Activity:
In the material below, the required lines run from the one containing "#45=IFCLOCALPLACEMENT(#11,#44);" through the one containing "#55=IFCPRODUCTDEFINITIONSHAPE($,$,(#54));". Copy those lines exactly, ends included, and nothing else.

▬▬▬▬▬▬

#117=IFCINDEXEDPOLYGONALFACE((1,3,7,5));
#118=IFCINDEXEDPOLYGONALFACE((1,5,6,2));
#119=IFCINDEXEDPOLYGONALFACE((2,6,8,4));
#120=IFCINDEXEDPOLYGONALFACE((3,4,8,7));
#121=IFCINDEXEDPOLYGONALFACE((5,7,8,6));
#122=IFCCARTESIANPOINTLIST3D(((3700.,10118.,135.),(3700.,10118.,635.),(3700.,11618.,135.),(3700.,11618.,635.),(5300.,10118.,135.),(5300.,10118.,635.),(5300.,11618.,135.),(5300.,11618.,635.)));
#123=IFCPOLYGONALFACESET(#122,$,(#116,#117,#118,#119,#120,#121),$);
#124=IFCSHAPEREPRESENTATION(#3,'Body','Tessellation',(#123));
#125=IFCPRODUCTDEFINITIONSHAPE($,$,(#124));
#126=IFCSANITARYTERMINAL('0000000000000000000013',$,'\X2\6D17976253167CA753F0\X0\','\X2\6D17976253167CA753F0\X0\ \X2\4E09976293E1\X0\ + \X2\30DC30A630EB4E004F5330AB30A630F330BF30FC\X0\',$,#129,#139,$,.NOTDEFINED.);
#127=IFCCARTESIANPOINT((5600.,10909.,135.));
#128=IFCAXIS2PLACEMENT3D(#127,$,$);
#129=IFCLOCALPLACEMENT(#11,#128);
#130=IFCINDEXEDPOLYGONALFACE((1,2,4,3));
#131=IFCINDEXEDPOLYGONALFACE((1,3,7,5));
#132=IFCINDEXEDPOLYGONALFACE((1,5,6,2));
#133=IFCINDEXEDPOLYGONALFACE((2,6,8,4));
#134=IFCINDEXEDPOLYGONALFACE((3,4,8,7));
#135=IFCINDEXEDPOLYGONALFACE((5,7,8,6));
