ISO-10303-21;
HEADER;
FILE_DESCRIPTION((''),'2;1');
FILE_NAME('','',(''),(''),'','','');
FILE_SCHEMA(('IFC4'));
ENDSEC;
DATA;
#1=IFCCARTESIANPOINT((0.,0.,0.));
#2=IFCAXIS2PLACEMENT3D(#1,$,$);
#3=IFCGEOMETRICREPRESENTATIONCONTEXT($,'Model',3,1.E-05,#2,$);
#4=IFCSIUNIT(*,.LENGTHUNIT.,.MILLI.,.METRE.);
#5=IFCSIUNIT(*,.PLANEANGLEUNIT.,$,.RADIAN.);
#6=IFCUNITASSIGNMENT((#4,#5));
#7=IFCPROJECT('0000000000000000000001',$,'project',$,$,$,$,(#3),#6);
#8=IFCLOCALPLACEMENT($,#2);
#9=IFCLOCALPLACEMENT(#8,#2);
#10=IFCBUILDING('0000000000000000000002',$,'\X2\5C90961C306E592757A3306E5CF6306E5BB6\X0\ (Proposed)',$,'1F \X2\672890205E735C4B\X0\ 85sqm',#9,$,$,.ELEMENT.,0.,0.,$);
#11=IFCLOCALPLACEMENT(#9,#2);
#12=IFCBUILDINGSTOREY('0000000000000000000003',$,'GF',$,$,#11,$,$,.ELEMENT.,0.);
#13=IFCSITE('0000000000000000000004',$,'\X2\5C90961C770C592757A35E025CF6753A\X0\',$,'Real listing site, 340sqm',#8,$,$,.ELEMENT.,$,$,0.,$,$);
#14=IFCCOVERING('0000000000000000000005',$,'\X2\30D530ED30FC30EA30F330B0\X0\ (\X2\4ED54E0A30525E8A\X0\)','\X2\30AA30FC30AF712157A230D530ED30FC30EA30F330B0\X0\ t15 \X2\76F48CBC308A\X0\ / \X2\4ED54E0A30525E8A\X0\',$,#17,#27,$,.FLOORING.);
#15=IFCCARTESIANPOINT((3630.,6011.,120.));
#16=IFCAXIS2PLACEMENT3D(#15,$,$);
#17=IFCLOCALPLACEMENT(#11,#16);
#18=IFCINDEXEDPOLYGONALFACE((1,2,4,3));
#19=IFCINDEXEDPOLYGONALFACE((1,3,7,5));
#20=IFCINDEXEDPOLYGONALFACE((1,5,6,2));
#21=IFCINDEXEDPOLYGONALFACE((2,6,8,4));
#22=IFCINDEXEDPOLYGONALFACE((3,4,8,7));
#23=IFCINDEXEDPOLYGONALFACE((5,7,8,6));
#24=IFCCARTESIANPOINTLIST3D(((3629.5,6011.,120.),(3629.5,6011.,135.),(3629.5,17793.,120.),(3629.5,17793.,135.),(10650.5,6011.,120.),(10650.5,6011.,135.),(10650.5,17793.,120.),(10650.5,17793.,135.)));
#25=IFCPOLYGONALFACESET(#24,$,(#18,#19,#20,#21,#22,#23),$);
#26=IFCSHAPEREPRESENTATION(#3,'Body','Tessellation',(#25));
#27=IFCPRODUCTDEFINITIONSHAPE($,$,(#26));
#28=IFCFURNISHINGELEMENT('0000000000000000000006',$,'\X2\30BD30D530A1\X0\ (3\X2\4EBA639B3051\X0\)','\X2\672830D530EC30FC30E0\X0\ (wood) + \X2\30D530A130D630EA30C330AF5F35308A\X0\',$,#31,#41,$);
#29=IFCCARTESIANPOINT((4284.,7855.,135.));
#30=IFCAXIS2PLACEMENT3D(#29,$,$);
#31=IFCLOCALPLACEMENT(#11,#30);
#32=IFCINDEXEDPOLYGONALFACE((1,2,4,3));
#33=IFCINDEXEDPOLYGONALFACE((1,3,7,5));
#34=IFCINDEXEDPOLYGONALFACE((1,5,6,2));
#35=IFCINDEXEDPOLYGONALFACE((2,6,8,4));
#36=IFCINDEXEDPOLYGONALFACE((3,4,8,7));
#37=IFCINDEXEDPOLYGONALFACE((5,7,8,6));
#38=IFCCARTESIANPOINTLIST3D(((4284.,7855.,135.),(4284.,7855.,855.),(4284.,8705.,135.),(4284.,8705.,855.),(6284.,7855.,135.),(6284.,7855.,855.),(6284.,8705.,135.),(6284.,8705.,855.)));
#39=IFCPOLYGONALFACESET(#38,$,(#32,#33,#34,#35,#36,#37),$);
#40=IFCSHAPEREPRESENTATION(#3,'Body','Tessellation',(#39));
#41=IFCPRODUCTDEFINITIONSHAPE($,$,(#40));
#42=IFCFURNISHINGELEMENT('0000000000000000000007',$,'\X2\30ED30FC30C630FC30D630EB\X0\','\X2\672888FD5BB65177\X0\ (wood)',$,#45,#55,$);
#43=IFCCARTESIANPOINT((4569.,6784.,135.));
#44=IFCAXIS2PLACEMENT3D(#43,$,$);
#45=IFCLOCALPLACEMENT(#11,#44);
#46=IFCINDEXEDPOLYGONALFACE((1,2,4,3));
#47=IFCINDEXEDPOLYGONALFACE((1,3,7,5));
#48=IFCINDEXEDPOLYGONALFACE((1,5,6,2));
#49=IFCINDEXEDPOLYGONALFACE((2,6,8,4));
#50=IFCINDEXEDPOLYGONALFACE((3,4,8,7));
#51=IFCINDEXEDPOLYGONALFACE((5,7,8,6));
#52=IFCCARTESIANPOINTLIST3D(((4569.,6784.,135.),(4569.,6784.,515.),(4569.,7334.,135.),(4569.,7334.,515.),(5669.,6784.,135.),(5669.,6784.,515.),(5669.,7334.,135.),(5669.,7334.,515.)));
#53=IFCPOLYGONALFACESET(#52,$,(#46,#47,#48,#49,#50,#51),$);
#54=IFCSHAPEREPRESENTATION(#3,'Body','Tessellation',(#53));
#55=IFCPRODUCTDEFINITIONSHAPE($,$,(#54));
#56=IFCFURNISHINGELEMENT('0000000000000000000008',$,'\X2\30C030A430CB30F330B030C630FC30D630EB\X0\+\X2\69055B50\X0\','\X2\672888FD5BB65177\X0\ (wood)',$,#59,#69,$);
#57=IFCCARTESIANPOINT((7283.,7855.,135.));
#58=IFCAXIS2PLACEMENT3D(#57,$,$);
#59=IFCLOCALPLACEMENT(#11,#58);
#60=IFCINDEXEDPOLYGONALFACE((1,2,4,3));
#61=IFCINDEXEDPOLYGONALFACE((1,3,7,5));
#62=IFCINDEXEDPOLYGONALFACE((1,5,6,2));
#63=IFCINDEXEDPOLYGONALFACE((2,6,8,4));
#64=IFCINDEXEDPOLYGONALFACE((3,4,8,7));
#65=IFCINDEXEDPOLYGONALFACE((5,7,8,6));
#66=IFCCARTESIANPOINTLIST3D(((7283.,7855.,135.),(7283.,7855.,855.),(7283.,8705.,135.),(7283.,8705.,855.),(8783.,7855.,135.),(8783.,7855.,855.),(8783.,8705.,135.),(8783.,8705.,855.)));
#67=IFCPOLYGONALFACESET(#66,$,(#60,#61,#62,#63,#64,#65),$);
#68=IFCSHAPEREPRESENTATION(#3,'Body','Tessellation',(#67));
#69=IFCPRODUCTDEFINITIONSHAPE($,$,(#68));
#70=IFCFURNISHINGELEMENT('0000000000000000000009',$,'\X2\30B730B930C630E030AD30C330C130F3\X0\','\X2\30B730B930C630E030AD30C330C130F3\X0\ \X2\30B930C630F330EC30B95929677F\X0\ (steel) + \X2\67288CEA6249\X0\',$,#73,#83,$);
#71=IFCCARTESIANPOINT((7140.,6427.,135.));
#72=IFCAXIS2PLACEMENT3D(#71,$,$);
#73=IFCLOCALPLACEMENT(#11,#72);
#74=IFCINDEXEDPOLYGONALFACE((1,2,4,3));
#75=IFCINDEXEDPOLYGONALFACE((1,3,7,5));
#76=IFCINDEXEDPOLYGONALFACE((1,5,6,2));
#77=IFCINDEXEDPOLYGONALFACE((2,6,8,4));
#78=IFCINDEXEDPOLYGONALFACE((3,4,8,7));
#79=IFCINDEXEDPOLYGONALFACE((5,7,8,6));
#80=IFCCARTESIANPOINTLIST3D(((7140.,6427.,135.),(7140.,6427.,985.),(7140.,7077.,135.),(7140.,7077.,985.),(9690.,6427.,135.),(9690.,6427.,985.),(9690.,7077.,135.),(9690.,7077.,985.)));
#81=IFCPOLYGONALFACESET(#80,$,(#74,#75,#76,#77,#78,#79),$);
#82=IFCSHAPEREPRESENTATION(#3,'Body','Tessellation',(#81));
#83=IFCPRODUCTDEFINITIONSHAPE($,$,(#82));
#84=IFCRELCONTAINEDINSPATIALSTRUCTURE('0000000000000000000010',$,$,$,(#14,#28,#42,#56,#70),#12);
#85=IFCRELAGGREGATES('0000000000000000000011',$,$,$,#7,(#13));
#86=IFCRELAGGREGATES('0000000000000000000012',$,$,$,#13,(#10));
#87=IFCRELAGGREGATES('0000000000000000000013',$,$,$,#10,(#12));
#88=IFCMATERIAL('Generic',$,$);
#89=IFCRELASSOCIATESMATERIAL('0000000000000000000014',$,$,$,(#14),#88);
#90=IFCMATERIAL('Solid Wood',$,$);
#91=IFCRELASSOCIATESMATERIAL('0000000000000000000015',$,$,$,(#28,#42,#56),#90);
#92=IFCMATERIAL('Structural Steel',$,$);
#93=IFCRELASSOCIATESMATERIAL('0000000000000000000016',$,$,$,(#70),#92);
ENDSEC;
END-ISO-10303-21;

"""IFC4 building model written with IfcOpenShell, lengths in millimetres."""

from ifc_helpers import new_model, si_unit, frame, frame_2d, origin, place, context, project, spatial, rectangle, extrude, material, element, save


model = new_model("IFC4")

# Units and contexts
model_context = context("Model", 3, precision=1e-05, world=origin())
ifc_project = project(units=[si_unit("LENGTHUNIT", "METRE", prefix="MILLI"), si_unit("PLANEANGLEUNIT", "RADIAN")], contexts=[model_context])

# Site, building, storey
site_placement = place(None, origin())
site = spatial("IfcSite", under=ifc_project, at=site_placement, Name="岐阜県大垣市島町", ObjectType="Real listing site, 340sqm", CompositionType="ELEMENT", RefElevation=0.0)
building_placement = place(site_placement, origin())
building = spatial("IfcBuilding", under=site, at=building_placement, Name="岐阜の大垣の島の家 (Proposed)", ObjectType="1F 木造平屋 85sqm", CompositionType="ELEMENT", ElevationOfRefHeight=0.0, ElevationOfTerrain=0.0)
storey_placement = place(building_placement, origin())
storey = spatial("IfcBuildingStorey", under=building, at=storey_placement, Name="GF", CompositionType="ELEMENT", Elevation=0.0)

# Shared definitions
ifc_material_1 = material(Name="Solid Wood")

# Shared definitions
ifc_material_2 = material(Name="Structural Steel")

# Covering
ifc_material_3 = material(Name="Generic")
covering_placement = place(storey_placement, frame((3630.0, 6011.0, 120.0)))
element("IfcCovering", 1, at=covering_placement, inside=storey, material=ifc_material_3, Name="フローリング (仕上げ床)", Description="オーク無垢フローリング t15 直貼り / 仕上げ床", PredefinedType="FLOORING", context=model_context, shape_type="SweptSolid", body=[
    extrude(rectangle(XDim=7021.0, YDim=11782.0, at=frame_2d((3510.0, 5891.0))), frame((3630.0, 6011.0, 120.0)), (0.0, 0.0, 1.0), 15.0),
])

# Furnishing elements
furnishing_1_placement = place(storey_placement, frame((4284.0, 7855.0, 135.0)))
element("IfcFurnishingElement", 2, at=furnishing_1_placement, inside=storey, material=ifc_material_1, Name="ソファ (3人掛け)", Description="木フレーム (wood) + ファブリック張り", context=model_context, shape_type="SweptSolid", body=[
    extrude(rectangle(XDim=2000.0, YDim=850.0, at=frame_2d((1000.0, 425.0))), frame((4284.0, 7855.0, 135.0)), (0.0, 0.0, 1.0), 720.0),
])
furnishing_2_placement = place(storey_placement, frame((4569.0, 6784.0, 135.0)))
element("IfcFurnishingElement", 3, at=furnishing_2_placement, inside=storey, material=ifc_material_1, Name="ローテーブル", Description="木製家具 (wood)", context=model_context, shape_type="SweptSolid", body=[
    extrude(rectangle(XDim=1100.0, YDim=550.0, at=frame_2d((550.0, 275.0))), frame((4569.0, 6784.0, 135.0)), (0.0, 0.0, 1.0), 380.0),
])
furnishing_3_placement = place(storey_placement, frame((7283.0, 7855.0, 135.0)))
element("IfcFurnishingElement", 4, at=furnishing_3_placement, inside=storey, material=ifc_material_1, Name="ダイニングテーブル+椅子", Description="木製家具 (wood)", context=model_context, shape_type="SweptSolid", body=[
    extrude(rectangle(XDim=1500.0, YDim=850.0, at=frame_2d((750.0, 425.0))), frame((7283.0, 7855.0, 135.0)), (0.0, 0.0, 1.0), 720.0),
])
furnishing_4_placement = place(storey_placement, frame((7140.0, 6427.0, 135.0)))
element("IfcFurnishingElement", 5, at=furnishing_4_placement, inside=storey, material=ifc_material_2, Name="システムキッチン", Description="システムキッチン ステンレス天板 (steel) + 木質扉", context=model_context, shape_type="SweptSolid", body=[
    extrude(rectangle(XDim=2550.0, YDim=650.0, at=frame_2d((1275.0, 325.0))), frame((7140.0, 6427.0, 135.0)), (0.0, 0.0, 1.0), 850.0),
])

save(model, "model.ifc")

▬▬▬▬▬▬

Response to the task:
#45=IFCLOCALPLACEMENT(#11,#44);
#46=IFCINDEXEDPOLYGONALFACE((1,2,4,3));
#47=IFCINDEXEDPOLYGONALFACE((1,3,7,5));
#48=IFCINDEXEDPOLYGONALFACE((1,5,6,2));
#49=IFCINDEXEDPOLYGONALFACE((2,6,8,4));
#50=IFCINDEXEDPOLYGONALFACE((3,4,8,7));
#51=IFCINDEXEDPOLYGONALFACE((5,7,8,6));
#52=IFCCARTESIANPOINTLIST3D(((4569.,6784.,135.),(4569.,6784.,515.),(4569.,7334.,135.),(4569.,7334.,515.),(5669.,6784.,135.),(5669.,6784.,515.),(5669.,7334.,135.),(5669.,7334.,515.)));
#53=IFCPOLYGONALFACESET(#52,$,(#46,#47,#48,#49,#50,#51),$);
#54=IFCSHAPEREPRESENTATION(#3,'Body','Tessellation',(#53));
#55=IFCPRODUCTDEFINITIONSHAPE($,$,(#54));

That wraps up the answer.